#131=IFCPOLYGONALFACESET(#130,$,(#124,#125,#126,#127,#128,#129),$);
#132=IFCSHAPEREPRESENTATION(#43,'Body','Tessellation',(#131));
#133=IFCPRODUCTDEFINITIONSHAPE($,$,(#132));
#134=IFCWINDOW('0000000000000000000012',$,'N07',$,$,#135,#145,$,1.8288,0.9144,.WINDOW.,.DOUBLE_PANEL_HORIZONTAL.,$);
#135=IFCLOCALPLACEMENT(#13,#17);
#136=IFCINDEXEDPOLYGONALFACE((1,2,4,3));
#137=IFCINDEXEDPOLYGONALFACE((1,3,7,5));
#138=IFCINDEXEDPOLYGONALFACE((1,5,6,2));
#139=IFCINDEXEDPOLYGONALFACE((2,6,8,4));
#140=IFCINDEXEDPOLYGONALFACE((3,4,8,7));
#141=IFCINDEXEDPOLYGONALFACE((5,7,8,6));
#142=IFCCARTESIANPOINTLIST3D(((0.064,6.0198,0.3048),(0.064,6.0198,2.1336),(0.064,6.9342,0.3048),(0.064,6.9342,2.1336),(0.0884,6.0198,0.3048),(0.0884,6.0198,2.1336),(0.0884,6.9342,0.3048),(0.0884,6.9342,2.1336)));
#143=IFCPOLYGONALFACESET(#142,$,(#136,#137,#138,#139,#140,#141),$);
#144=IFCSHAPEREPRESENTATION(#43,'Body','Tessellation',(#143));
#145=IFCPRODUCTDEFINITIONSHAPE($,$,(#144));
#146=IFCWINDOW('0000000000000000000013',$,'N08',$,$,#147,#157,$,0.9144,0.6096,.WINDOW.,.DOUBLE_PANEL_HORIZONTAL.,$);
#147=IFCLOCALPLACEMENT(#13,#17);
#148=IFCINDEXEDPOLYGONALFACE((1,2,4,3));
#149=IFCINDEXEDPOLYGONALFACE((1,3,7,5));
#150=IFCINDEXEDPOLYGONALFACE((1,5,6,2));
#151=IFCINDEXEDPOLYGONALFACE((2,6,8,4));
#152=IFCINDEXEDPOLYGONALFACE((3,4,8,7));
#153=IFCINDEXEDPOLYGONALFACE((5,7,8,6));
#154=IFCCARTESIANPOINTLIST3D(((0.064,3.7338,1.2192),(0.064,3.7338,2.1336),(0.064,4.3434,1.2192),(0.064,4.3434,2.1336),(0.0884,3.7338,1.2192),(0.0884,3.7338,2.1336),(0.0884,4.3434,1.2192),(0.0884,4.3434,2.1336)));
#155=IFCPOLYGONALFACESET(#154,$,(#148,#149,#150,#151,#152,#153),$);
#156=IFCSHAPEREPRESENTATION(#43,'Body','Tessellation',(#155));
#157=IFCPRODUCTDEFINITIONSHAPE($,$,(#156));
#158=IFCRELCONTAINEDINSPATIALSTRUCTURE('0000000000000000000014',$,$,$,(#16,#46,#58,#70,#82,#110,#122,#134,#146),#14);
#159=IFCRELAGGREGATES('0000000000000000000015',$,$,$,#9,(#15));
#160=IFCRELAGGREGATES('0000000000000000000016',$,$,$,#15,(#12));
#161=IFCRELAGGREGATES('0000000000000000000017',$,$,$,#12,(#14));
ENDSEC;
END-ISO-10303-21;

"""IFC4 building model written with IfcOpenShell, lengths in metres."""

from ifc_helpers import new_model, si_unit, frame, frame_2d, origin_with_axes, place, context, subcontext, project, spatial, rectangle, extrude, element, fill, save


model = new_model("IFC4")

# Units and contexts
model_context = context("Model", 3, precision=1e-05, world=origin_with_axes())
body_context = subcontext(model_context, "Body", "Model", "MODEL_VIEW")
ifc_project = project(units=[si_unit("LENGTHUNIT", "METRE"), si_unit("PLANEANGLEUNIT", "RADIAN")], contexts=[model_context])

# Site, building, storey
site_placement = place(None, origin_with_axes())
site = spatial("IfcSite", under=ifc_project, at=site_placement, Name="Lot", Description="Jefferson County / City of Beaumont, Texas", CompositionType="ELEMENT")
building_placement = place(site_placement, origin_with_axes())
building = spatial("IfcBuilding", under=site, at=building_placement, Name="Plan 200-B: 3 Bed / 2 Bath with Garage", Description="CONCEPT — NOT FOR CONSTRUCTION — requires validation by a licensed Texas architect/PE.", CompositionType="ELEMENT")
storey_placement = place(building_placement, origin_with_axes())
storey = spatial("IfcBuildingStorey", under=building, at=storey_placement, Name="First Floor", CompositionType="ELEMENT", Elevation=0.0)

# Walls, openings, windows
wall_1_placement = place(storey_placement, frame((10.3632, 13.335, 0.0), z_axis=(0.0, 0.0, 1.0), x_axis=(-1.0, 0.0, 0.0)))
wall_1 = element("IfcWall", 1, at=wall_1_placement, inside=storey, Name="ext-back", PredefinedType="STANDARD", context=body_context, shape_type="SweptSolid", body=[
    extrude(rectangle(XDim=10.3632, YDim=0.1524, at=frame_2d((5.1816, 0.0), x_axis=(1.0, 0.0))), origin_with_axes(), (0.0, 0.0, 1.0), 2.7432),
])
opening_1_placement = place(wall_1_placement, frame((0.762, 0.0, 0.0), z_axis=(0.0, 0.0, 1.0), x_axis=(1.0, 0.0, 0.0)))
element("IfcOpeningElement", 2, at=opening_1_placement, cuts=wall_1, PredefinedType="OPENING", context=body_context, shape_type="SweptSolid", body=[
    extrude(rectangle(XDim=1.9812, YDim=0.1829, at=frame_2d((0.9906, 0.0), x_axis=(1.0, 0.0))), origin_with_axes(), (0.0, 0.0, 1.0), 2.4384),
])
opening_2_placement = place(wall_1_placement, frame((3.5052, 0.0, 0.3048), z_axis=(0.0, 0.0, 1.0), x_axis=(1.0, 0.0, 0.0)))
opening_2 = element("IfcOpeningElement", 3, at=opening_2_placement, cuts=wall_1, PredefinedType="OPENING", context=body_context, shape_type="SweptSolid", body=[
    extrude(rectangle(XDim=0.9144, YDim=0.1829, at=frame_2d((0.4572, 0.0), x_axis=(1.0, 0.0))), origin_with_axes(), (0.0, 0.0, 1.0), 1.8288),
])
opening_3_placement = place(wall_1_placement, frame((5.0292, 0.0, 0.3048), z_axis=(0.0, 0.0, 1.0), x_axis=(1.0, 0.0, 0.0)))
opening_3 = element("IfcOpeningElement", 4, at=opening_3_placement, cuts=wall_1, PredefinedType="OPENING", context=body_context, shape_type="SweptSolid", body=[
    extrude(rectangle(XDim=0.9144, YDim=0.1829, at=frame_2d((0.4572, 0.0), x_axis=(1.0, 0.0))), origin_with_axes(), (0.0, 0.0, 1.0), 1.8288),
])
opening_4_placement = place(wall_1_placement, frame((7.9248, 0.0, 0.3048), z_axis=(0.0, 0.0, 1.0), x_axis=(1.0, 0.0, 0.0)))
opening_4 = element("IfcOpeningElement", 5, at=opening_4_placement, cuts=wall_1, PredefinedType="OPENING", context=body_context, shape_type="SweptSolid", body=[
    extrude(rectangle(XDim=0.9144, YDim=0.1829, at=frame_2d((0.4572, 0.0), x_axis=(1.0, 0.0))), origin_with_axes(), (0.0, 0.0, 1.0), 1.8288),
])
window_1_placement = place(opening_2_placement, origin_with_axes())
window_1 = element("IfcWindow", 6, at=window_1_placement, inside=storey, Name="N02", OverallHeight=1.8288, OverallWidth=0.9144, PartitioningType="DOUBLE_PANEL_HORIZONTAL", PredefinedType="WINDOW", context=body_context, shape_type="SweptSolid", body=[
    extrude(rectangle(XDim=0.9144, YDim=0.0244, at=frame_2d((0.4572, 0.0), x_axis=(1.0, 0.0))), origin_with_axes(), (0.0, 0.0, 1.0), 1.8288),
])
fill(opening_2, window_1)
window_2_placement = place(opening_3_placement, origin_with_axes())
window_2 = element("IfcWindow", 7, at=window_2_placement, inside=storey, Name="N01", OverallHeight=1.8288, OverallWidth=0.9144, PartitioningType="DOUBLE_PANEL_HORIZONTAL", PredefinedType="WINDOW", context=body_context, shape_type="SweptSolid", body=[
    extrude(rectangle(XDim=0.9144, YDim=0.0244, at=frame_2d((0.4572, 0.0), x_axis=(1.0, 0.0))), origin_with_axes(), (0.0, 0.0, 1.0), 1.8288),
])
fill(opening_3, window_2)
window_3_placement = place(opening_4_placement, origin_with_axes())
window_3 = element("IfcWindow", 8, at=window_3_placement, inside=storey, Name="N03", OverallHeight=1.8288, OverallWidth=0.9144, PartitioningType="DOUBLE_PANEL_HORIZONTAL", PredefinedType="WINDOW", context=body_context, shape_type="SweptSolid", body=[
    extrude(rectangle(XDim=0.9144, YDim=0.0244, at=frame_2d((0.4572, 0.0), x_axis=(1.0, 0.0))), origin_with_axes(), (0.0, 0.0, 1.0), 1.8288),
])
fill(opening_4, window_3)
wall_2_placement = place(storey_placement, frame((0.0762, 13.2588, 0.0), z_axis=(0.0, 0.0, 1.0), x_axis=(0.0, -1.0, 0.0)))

INSTRUCTIONS TO FOLLOW:
Reproduce each line of the entries in which the word "IFCINDEXEDPOLYGONALFACE" is found.

RESPONSE AREA:
#136=IFCINDEXEDPOLYGONALFACE((1,2,4,3));
#137=IFCINDEXEDPOLYGONALFACE((1,3,7,5));
#138=IFCINDEXEDPOLYGONALFACE((1,5,6,2));
#139=IFCINDEXEDPOLYGONALFACE((2,6,8,4));
#140=IFCINDEXEDPOLYGONALFACE((3,4,8,7));
#141=IFCINDEXEDPOLYGONALFACE((5,7,8,6));
#148=IFCINDEXEDPOLYGONALFACE((1,2,4,3));
#149=IFCINDEXEDPOLYGONALFACE((1,3,7,5));
#150=IFCINDEXEDPOLYGONALFACE((1,5,6,2));
#151=IFCINDEXEDPOLYGONALFACE((2,6,8,4));
#152=IFCINDEXEDPOLYGONALFACE((3,4,8,7));
#153=IFCINDEXEDPOLYGONALFACE((5,7,8,6));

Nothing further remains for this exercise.